This biannual course is taught on years 2014-2015, 2016-2017, ...
An introductory course in general linguistics is required, which gives the main tools for describing phonetic, phonological and lexical phenomena.
1. Identifying the main typical illustrations of the spreading of French : - traditional areas (France regions, oïl domain, Wallonia, French-speaking Switzerland) - areas where French has been imported (Quebec, Acadia, Louisiana, Indian Ocean, etc.) - areas where French has been implemented by administrative pressure or by force (Sub-Saharan Africa, Maghreb, etc.) - areas where French spreading is link to France's cultural influence (Romania, Near East, etc.).
2. Describing, from a differential point of view, the linguistic variation in those areas, while focussing on phonetic, phonological and lexical aspects.
3. Linking up the linguistic characteristics of a given area to its historical, cultural and social context.
This course aims
1. to make masters degree students more familiar with the variation of French in Francophonia, more precisely from a geographical point of view (variation from place to place), by describing and analyzing - linguistic practices - linguistic attitudes and representations (i.e. internal approach)
2. to link up the study of the geographical varieties of French to the sociocultural and political context of the linguistic communities. (i.e. external approach)
3. to give thought to the future of the French language and the institutional Francophonia.
The contribution of this Teaching Unit to the development and command of the skills and learning outcomes of the programme(s) can be accessed at the end of this sheet, in the section entitled “Programmes/courses offering this Teaching Unit”.

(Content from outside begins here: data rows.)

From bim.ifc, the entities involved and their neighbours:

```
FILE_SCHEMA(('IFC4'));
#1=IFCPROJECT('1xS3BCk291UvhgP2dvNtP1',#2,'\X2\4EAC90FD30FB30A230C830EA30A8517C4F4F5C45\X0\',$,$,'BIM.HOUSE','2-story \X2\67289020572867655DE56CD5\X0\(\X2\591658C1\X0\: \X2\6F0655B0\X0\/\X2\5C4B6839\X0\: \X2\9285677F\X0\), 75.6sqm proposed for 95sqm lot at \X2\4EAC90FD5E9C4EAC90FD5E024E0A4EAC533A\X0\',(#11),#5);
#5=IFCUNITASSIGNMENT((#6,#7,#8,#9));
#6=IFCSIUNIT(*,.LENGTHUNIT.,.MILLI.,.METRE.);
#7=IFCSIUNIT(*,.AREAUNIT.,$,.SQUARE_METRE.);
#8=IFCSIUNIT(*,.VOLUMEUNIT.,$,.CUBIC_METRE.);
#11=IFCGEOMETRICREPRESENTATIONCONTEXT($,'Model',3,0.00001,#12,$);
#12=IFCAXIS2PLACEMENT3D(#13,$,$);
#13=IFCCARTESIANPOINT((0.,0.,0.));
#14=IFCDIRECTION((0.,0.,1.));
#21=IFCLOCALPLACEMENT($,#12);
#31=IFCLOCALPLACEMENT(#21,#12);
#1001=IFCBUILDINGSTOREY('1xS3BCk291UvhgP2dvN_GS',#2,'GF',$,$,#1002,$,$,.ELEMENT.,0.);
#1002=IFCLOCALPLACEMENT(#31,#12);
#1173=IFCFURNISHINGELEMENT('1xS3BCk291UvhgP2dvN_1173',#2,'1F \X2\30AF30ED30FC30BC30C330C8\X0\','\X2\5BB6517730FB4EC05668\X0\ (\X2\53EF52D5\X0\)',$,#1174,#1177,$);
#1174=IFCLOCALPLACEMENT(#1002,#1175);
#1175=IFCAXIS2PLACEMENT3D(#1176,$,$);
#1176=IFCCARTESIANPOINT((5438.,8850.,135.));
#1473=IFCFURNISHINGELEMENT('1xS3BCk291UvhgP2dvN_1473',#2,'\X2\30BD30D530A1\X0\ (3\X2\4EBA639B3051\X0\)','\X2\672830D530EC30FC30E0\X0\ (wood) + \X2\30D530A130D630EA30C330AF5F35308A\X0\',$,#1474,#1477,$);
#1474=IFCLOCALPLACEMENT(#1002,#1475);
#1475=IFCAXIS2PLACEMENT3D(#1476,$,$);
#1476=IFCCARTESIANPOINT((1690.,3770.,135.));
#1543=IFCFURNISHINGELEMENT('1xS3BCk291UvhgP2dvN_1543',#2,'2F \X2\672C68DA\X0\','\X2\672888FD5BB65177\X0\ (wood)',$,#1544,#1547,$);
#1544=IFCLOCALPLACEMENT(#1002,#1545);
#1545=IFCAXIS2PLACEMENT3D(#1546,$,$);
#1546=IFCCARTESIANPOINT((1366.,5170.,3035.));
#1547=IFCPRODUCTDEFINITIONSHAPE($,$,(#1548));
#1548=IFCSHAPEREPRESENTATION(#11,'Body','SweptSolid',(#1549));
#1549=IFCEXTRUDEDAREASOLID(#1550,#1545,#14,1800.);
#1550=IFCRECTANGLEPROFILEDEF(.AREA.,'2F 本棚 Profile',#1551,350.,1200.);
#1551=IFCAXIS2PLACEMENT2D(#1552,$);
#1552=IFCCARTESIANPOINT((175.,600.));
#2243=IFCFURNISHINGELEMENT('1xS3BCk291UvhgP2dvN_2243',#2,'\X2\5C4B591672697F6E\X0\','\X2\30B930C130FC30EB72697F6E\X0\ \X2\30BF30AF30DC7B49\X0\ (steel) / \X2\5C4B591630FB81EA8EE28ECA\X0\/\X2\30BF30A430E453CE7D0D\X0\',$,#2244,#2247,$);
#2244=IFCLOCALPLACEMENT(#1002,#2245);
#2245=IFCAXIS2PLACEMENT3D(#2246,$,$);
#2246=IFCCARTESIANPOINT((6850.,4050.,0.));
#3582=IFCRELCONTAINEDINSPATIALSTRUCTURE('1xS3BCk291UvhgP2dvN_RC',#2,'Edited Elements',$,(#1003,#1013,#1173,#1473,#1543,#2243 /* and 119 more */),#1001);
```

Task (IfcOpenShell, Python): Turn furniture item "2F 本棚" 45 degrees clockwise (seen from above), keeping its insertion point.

```python
import ifcopenshell
import ifcopenshell.api.geometry
import ifcopenshell.util.placement

model = ifcopenshell.open("bim.ifc")

item = model.by_guid("1xS3BCk291UvhgP2dvN_1543")
matrix = ifcopenshell.util.placement.get_local_placement(item.ObjectPlacement)
matrix = matrix @ ifcopenshell.util.placement.rotation(-45, "Z")
ifcopenshell.api.geometry.edit_object_placement(model, product=item, matrix=matrix, is_si=False)

print(ifcopenshell.util.placement.get_local_placement(item.ObjectPlacement).round(3) + 0.0)

model.write("bim_rev.ifc")
```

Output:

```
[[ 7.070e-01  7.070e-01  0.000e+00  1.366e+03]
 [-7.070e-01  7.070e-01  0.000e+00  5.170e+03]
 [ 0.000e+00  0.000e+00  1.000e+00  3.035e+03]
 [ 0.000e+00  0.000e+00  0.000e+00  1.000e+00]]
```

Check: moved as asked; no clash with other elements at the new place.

This course offers a reflective exploration of French and its variations, principally from a diatopic perspective. This theoretical reflection will be developed along two lines. On the one hand, the examination of varieties of French in different Francophone areas, in connection with different historical, cultural and social contexts; on the other hand, the lexicological approach taken by that variation in reference works (general dictionaries vs dictionaries covering linguistic variations).
The aim of this course is to enable second-cycle students to incorporate the concept of variation into their understanding of the language and to cast a critical eye over the concept of standards (within, but not limited to, the field of linguistics).
The course curriculum will enable students to tackle political and didactic questions, e.g.: what is French? Why and / or how should we protect it? How can it be described? What standards should be taught? Etc.
The formal course (22.5 hours) comprises reading material (available to students on iCampus), lectures (which are included in the course timetable) and small group work, which will lead to a written piece. The course can be followed remotely with a greater level of individual work involved.
Students must take part in a group activity in order to sit the exam. The assessment will be a written exam in the first examination session. The resit examination will be an oral exam.
Additional reading references will be provided during classes.